I know this has been done before but I'm struggling to get it to work with my code. I have multiple .csv files with different headings/number of columns. The columns are in the same order and I really just need the first 3 columns and then I need to just replace the column headings so they are the same.
y_path <- "Y:\\Public\\xx\\DataLoggers\\WaterTemp\\DarkCanyon\\DC Trib 1A\\"
all_csv <- list.files(path = y_path, pattern = '.csv', full.names = TRUE)
open_csv <- lapply(all_csv, \(x) fread(x,skip=2))

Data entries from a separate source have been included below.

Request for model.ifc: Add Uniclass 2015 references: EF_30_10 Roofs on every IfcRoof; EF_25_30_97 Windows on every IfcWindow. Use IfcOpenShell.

First a look at what the model holds.

```python
import ifcopenshell

model = ifcopenshell.open("model.ifc")
print(model.schema)
print("classifications:", [c.Name for c in model.by_type("IfcClassification")])
for ifc_class in ("IfcDoor", "IfcRoof", "IfcStair", "IfcWall", "IfcWindow"):
    print(ifc_class, len(model.by_type(ifc_class)))
```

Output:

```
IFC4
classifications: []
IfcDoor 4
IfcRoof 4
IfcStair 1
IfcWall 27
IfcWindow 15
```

```python
import ifcopenshell
import ifcopenshell.api.classification

model = ifcopenshell.open("model.ifc")

system = ifcopenshell.api.classification.add_classification(model, classification="Uniclass 2015")

codes = {
    "IfcRoof": ("EF_30_10", "Roofs"),
    "IfcWindow": ("EF_25_30_97", "Windows"),
}
for ifc_class, (code, name) in codes.items():
    products = model.by_type(ifc_class)
    ifcopenshell.api.classification.add_reference(
        model, products=products, classification=system, identification=code, name=name
    )
    print(code, len(products))

model.write("model_edited.ifc")
```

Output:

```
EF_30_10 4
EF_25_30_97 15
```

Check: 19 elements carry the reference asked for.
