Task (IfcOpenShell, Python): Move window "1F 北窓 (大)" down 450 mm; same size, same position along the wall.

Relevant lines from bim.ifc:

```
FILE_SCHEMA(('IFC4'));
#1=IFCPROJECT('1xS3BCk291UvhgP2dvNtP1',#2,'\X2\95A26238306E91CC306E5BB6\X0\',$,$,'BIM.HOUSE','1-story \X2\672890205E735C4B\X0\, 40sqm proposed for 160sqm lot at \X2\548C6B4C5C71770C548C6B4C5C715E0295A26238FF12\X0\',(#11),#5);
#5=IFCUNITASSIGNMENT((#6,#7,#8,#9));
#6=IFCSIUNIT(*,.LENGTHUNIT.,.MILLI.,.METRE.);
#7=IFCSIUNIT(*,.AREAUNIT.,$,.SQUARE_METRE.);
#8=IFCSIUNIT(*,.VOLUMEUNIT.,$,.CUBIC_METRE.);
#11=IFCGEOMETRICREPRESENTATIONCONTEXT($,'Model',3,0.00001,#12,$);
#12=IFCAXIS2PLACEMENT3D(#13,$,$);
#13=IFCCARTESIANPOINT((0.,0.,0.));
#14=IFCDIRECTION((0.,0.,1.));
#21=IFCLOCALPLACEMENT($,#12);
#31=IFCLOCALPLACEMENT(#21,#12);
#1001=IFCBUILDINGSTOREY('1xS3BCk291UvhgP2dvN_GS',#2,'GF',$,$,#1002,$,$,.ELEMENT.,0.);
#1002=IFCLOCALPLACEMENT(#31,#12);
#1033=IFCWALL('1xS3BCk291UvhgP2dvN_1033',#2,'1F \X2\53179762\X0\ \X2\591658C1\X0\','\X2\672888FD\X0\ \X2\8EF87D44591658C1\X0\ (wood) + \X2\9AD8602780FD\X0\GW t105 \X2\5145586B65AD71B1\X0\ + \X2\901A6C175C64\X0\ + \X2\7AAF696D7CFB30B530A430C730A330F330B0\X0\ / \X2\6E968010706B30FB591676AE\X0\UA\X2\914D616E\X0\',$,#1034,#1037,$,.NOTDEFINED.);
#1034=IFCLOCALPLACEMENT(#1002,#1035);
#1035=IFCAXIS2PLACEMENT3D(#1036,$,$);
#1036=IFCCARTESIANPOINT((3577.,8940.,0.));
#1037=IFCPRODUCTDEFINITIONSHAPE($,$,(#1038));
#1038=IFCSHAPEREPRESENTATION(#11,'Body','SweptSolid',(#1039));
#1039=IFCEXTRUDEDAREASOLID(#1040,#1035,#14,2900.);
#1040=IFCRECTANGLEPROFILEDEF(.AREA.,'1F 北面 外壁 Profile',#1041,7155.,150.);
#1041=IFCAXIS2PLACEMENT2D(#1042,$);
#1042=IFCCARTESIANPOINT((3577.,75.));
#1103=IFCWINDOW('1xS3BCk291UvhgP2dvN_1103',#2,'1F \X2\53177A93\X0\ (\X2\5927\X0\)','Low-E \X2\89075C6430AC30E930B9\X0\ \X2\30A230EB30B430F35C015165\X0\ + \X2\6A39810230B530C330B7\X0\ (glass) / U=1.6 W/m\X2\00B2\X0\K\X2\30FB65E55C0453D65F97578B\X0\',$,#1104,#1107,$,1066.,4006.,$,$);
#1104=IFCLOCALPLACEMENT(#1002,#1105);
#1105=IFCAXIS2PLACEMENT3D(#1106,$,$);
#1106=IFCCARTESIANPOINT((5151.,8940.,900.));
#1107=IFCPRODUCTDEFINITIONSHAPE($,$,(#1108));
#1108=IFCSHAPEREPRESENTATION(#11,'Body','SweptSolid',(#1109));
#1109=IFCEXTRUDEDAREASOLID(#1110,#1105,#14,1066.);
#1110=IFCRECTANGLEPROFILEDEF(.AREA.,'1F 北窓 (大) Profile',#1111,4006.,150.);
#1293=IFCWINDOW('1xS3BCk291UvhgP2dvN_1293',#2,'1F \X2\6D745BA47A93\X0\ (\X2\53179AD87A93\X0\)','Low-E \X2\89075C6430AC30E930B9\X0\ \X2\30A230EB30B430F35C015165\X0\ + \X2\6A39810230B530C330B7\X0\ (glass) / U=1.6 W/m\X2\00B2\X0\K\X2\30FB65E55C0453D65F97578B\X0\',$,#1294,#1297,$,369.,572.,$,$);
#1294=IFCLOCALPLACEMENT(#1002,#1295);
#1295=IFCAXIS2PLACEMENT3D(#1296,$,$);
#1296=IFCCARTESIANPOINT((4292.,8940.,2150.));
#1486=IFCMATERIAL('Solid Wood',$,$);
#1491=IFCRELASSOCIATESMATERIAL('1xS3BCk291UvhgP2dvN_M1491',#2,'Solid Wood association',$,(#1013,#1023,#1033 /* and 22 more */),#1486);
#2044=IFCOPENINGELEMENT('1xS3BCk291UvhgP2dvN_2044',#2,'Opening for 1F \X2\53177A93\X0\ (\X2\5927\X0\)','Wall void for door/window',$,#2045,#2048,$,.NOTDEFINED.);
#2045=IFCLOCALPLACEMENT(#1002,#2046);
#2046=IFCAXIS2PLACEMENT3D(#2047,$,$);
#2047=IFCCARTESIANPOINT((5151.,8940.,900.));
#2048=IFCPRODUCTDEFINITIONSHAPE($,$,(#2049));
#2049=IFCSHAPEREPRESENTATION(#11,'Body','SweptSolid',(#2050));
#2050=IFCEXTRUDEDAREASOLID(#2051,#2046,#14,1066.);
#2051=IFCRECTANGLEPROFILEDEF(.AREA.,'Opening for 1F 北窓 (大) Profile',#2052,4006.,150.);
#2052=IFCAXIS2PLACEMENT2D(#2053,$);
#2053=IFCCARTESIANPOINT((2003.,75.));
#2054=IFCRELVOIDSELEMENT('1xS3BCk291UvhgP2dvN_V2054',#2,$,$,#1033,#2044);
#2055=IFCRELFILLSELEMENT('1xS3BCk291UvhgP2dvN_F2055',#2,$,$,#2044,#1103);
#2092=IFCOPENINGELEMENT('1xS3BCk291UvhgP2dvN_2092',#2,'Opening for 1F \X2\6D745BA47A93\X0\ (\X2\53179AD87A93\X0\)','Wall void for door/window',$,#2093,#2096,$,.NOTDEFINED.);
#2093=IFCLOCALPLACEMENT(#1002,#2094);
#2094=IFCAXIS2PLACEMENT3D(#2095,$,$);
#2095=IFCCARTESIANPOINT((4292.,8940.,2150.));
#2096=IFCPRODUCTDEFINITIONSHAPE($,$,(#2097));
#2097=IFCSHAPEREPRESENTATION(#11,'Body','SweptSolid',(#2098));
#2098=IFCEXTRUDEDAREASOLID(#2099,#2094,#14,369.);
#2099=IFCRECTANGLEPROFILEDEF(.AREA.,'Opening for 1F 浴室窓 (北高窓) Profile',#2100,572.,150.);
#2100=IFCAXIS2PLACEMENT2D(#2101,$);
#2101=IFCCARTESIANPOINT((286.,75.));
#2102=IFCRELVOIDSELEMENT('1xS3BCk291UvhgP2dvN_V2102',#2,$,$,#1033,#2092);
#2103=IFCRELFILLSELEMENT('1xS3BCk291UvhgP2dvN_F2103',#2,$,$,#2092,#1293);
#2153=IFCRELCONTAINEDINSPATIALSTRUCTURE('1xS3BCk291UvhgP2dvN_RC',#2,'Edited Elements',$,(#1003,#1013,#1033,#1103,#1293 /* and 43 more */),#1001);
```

```python
import numpy as np
import ifcopenshell
import ifcopenshell.api.geometry
import ifcopenshell.util.placement
import ifcopenshell.util.unit

model = ifcopenshell.open("bim.ifc")
unit_scale = ifcopenshell.util.unit.calculate_unit_scale(model)

window = model.by_id(1103)
opening = window.FillsVoids[0].RelatingOpeningElement
dz = -0.45 / unit_scale

shift = np.array([0.0, 0.0, dz])
# The window is not placed relative to its opening, so move both.
for product in (opening, window):
    matrix = ifcopenshell.util.placement.get_local_placement(product.ObjectPlacement)
    matrix[:3, 3] += shift
    ifcopenshell.api.geometry.edit_object_placement(model, product=product, matrix=matrix, is_si=False)

print(f"moved by {dz * unit_scale:+.3f} m")

model.write("bim-out.ifc")
```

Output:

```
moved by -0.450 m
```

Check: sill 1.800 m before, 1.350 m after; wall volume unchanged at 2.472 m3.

one_df <- data.table::rbindlist(open_csv, fill=TRUE, idcol='names(all_csv)')
one_df
df1<-one_df %>% select(1:3)
df1
colnames(df1) <- c("numb","datetime","temp") #change column names
output:
numb datetime temp
<int> <char> <num>
1: 1 6/30/2014 13:37 17.272
2: 2 6/30/2014 14:37 18.438
3: 3 6/30/2014 15:37 18.152
4: 4 6/30/2014 16:37 18.176
5: 5 6/30/2014 17:37 18.200
---
46230: 915 07/29/24 01:41:52 PM 11.722
46231: 916 07/29/24 02:41:52 PM 12.401
46232: 917 07/29/24 03:41:52 PM 13.269
46233: 918 07/29/24 04:10:09 PM NA
46234: 919 07/29/24 04:10:12 PM NA
The problem is I really want to include the path because ideally I will grab all these files from within the WaterTemp folder instead of individually running code for each subfolder separately. Once I have the pathway I should be able to pull the folder level (site) name from it. I'm not sure how with the way I have coded this to include the pathway name in a new column.
What I want
numb datetime temp Site
<int> <char> <num> <char>
1: 1 6/30/2014 13:37 17.272 Y:\\Public\\Fisher Group\\DataLoggers\\WaterTemp\\DarkCanyon\\DC Trib 1A\\
2: 2 6/30/2014 14:37 18.438 Y:\\Public\\Fisher Group\\DataLoggers\\WaterTemp\\DarkCanyon\\DC Trib 1A\\
3: 3 6/30/2014 15:37 18.152 Y:\\Public\\Fisher Group\\DataLoggers\\WaterTemp\\DarkCanyon\\DC Trib 1A\\
4: 4 6/30/2014 16:37 18.176 Y:\\Public\\Fisher Group\\DataLoggers\\WaterTemp\\DarkCanyon\\DC Trib 1A\\
5: 5 6/30/2014 17:37 18.200 Y:\\Public\\Fisher Group\\DataLoggers\\WaterTemp\\DarkCanyon\\DC Trib 1A\\
---
46230: 915 07/29/24 01:41:52 PM 11.722 Y:\\Public\\Fisher Group\\DataLoggers\\WaterTemp\\DarkCanyon\\DC Trib 1A\\
46231: 916 07/29/24 02:41:52 PM 12.401 Y:\\Public\\Fisher Group\\DataLoggers\\WaterTemp\\DarkCanyon\\DC Trib 1A\\
46232: 917 07/29/24 03:41:52 PM 13.269 Y:\\Public\\Fisher Group\\DataLoggers\\WaterTemp\\DarkCanyon\\DC Trib 1A\\
46233: 918 07/29/24 04:10:09 PM NA Y:\\Public\\Fisher Group\\DataLoggers\\WaterTemp\\DarkCanyon\\DC Trib 1A\\
46234: 919 07/29/24 04:10:12 PM NA Y:\\Public\\Fisher Group\\DataLoggers\\WaterTemp\\DarkCanyon\\DC Trib 1A\\
Thank you, Amanda
You need to change the column names before using rbindlist
. Further, idcol=
is great, but unless I'm missing something, your all_csv
is not named, so the idcol is going to capture the index within the list, not the filename itself.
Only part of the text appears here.